Blog de jamesaplune :En mars avec elle, Sur Mars avec elle

Je suis fou d'une belle infirmière vraie blonde de 30 ans au corps de roseau avec laquelle j'ai une liaison passionnée depuis le 3 mars dernier; je l'ai connue sur internet il y a un an et demi et ne l'avais jusqu'ici jamais rencontrée, mais notre correspondance a été dès le début complice et profonde; nous nous sommes aussi beaucoup téléphoné.Mardi, elle m'a appelé pour me dire qu'elle était en manque; j'ai dit que je pouvais venir chez elle de midi à deux heures; elle a un studio haut perché dans les parages de mon ancienne garçonnière.

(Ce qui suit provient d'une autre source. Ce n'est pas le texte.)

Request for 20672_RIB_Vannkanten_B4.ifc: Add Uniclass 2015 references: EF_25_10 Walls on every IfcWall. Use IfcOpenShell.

First a look at what the model holds.

```python
import ifcopenshell

model = ifcopenshell.open("20672_RIB_Vannkanten_B4.ifc")
print(model.schema)
print("classifications:", [c.Name for c in model.by_type("IfcClassification")])
for ifc_class in ("IfcDoor", "IfcRoof", "IfcStair", "IfcWall", "IfcWindow"):
    print(ifc_class, len(model.by_type(ifc_class)))
```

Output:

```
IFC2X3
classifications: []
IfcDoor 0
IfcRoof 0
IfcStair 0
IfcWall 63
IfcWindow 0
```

```python
import ifcopenshell
import ifcopenshell.api.classification

model = ifcopenshell.open("20672_RIB_Vannkanten_B4.ifc")

# IFC2X3 requires Source and Edition and has no link from the project to the system.
system = model.create_entity("IfcClassification", Source="NBS", Edition="2015", Name="Uniclass 2015")

codes = {
    "IfcWall": ("EF_25_10", "Walls"),
}
for ifc_class, (code, name) in codes.items():
    products = model.by_type(ifc_class)
    ifcopenshell.api.classification.add_reference(
        model, products=products, classification=system, identification=code, name=name
    )
    print(code, len(products))

model.write("20672_RIB_Vannkanten_B4_rev.ifc")
```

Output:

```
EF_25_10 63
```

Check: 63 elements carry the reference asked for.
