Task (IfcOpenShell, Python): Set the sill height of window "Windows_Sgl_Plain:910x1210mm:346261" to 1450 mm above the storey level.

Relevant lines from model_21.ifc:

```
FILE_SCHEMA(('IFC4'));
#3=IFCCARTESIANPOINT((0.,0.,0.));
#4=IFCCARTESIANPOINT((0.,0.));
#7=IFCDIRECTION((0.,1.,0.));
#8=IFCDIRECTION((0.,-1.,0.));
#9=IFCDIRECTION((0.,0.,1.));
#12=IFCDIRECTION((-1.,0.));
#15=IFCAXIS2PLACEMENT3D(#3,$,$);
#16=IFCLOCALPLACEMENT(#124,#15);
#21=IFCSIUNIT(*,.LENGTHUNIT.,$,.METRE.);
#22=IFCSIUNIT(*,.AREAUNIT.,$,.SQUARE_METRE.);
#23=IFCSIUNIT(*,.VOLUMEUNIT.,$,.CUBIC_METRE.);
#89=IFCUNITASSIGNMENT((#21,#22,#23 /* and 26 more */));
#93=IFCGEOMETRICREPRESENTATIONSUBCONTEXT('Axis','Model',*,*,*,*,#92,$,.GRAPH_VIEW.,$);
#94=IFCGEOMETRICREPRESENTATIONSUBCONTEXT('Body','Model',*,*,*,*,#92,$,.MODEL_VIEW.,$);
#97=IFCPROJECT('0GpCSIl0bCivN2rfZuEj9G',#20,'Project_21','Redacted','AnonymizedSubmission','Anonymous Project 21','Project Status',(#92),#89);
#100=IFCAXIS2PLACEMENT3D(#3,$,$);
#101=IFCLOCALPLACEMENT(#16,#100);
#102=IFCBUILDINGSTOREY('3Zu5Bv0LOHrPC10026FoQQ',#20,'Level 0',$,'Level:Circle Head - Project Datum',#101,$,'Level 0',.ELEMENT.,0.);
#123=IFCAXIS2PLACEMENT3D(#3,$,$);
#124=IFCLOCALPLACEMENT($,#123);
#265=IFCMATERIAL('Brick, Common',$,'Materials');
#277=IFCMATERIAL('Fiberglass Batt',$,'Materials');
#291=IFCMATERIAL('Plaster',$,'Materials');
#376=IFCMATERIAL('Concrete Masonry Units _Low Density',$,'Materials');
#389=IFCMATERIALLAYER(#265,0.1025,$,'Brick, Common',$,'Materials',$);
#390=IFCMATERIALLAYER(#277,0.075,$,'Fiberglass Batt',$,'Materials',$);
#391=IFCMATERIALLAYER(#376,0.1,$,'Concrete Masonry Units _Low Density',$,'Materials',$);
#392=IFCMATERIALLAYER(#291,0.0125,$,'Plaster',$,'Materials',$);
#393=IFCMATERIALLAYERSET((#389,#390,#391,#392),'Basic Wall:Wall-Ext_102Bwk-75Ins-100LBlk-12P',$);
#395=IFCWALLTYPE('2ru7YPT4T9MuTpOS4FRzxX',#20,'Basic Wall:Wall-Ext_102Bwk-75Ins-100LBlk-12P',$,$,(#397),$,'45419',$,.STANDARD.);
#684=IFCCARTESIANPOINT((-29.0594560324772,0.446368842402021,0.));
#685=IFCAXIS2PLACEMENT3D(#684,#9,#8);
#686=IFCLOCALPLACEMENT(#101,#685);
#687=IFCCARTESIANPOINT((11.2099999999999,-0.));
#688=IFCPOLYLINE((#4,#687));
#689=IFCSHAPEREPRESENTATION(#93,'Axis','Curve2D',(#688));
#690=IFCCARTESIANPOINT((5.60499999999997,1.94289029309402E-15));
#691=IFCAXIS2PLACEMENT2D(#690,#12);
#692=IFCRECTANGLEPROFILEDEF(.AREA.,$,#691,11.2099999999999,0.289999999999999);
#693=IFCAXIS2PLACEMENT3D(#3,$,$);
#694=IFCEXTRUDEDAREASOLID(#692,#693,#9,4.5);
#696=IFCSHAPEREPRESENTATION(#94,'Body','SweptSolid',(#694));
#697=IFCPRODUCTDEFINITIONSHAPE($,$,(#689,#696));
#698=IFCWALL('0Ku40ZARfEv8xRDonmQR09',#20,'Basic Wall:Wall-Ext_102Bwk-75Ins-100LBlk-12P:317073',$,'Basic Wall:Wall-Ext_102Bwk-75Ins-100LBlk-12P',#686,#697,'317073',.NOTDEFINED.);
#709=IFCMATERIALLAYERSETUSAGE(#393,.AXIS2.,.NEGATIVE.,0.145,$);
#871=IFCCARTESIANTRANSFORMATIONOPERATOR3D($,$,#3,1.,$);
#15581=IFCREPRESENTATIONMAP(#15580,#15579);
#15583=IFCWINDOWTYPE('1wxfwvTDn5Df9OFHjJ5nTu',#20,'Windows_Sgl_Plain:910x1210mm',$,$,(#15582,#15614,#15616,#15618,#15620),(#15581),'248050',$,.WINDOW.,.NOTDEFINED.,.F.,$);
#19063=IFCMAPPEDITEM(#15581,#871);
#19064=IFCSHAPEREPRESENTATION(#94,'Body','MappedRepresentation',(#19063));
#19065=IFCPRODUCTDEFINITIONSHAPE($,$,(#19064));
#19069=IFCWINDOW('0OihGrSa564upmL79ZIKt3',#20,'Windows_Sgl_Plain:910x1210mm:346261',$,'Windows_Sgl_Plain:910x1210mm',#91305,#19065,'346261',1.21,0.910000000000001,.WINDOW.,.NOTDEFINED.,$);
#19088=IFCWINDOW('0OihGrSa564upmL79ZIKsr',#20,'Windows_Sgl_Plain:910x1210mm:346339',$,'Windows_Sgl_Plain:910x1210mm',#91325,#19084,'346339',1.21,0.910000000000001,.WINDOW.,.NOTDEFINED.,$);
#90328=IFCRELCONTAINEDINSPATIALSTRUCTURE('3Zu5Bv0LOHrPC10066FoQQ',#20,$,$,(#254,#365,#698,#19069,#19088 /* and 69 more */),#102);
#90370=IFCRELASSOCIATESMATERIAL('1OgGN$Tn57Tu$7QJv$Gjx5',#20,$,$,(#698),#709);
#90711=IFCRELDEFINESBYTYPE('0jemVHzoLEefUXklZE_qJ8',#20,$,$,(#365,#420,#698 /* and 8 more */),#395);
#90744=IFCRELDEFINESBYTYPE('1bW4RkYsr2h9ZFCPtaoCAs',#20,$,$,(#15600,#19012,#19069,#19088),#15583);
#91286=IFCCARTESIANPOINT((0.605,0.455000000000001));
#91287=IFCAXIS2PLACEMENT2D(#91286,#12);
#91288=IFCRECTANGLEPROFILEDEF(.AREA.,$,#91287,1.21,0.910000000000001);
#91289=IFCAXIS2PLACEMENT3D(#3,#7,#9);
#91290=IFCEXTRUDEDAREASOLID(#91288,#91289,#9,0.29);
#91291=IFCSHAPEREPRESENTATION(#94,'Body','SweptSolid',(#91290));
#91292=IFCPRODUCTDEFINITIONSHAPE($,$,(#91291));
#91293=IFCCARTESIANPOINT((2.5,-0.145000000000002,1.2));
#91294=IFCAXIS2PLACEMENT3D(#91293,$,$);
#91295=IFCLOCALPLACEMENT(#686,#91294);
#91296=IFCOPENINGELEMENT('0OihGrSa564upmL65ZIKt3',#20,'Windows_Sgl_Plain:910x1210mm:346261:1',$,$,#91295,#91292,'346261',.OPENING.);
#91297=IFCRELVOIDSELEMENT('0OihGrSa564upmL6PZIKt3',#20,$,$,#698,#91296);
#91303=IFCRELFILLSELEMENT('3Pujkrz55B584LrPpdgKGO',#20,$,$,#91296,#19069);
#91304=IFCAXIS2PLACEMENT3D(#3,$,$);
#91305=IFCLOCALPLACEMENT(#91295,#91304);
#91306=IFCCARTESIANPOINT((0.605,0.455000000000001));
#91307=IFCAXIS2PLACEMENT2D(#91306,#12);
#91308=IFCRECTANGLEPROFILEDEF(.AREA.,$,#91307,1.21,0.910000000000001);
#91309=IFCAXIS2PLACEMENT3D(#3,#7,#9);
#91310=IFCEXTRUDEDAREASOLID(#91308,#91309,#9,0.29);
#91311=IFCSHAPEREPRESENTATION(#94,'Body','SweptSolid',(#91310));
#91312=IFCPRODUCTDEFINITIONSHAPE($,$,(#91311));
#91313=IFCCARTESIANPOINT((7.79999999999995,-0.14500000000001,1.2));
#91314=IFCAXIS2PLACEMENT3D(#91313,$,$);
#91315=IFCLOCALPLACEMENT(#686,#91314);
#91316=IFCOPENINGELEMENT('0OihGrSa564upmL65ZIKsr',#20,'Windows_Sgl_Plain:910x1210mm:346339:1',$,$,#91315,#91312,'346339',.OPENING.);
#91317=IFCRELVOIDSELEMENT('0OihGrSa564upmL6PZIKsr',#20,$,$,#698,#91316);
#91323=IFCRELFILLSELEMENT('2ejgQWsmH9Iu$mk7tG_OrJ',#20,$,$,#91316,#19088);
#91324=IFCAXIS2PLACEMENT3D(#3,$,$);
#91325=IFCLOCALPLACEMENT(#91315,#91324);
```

```python
import numpy as np
import ifcopenshell
import ifcopenshell.api.geometry
import ifcopenshell.geom
import ifcopenshell.util.element
import ifcopenshell.util.placement
import ifcopenshell.util.shape
import ifcopenshell.util.unit

model = ifcopenshell.open("model_21.ifc")
unit_scale = ifcopenshell.util.unit.calculate_unit_scale(model)

window = model.by_guid("0OihGrSa564upmL79ZIKt3")
opening = window.FillsVoids[0].RelatingOpeningElement
storey = ifcopenshell.util.element.get_container(window, ifc_class="IfcBuildingStorey")
level = ifcopenshell.util.placement.get_local_placement(storey.ObjectPlacement)[2, 3]

# The opening's origin need not be at the sill, so measure its lowest point.
shape = ifcopenshell.geom.create_shape(ifcopenshell.geom.settings(), opening)
bottom = ifcopenshell.util.shape.get_shape_bottom_elevation(shape, shape.geometry) / unit_scale
dz = level + 1.45 - bottom

shift = np.array([0.0, 0.0, dz])
# The window is placed relative to its opening, so it follows when the opening moves.
matrix = ifcopenshell.util.placement.get_local_placement(opening.ObjectPlacement)
matrix[:3, 3] += shift
ifcopenshell.api.geometry.edit_object_placement(
    model, product=opening, matrix=matrix, is_si=False, should_transform_children=True
)

print(f"moved by {dz * unit_scale:+.3f} m")

model.write("model_21_rev.ifc")
```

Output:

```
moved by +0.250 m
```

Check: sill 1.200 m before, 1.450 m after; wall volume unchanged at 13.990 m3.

Déjà dans l'entrebaillement de la porte, nous nous sommes embrassés goulûment, puis j'ai serré dans mes bras cette grande et très mince jeune femme d'un mètre 72,5 et l'ai promptement soulevée pour la poser sur son lit (c'est chouette les studios, vu que le lit figure en place utile et immédiatement accessible); des moments très torrides s'en sont suivis. Visiblement, notre complicité n'est pas qu'intellectuelle et sentimentale, quoiqu'il s'agisse d'une très belle histoire faite aussi de sensibilité, profondeur et compréhension mutuelle. Beaucoup de points communs. J'ai la chance qu'elle aime l'ours conquérant que je suis redevenu grâce à sa beauté et à son tempérament. Je me sens pousser des ailes et rajeunir comme au contact d'un printemps revivifiant. Jeudi, de quatre à six, j'ai été la revoir, et ce fut encore plus intense.Hier, nous avons tchatté pendant des heures tardives et on s'est mieux découvert dans nos blessures d'enfance respectives, qui font nos ressemblances. C'est l'amour et pas un amour raisonnable, le seul qui me convienne. Elle m'a donné rendez-vous dès le 17 à 14 heures à nouveau chez elle, dès mon retour de Madère (je pars demain matin très tôt et rentre le lundi 16).Pura vida e fuerte ventura !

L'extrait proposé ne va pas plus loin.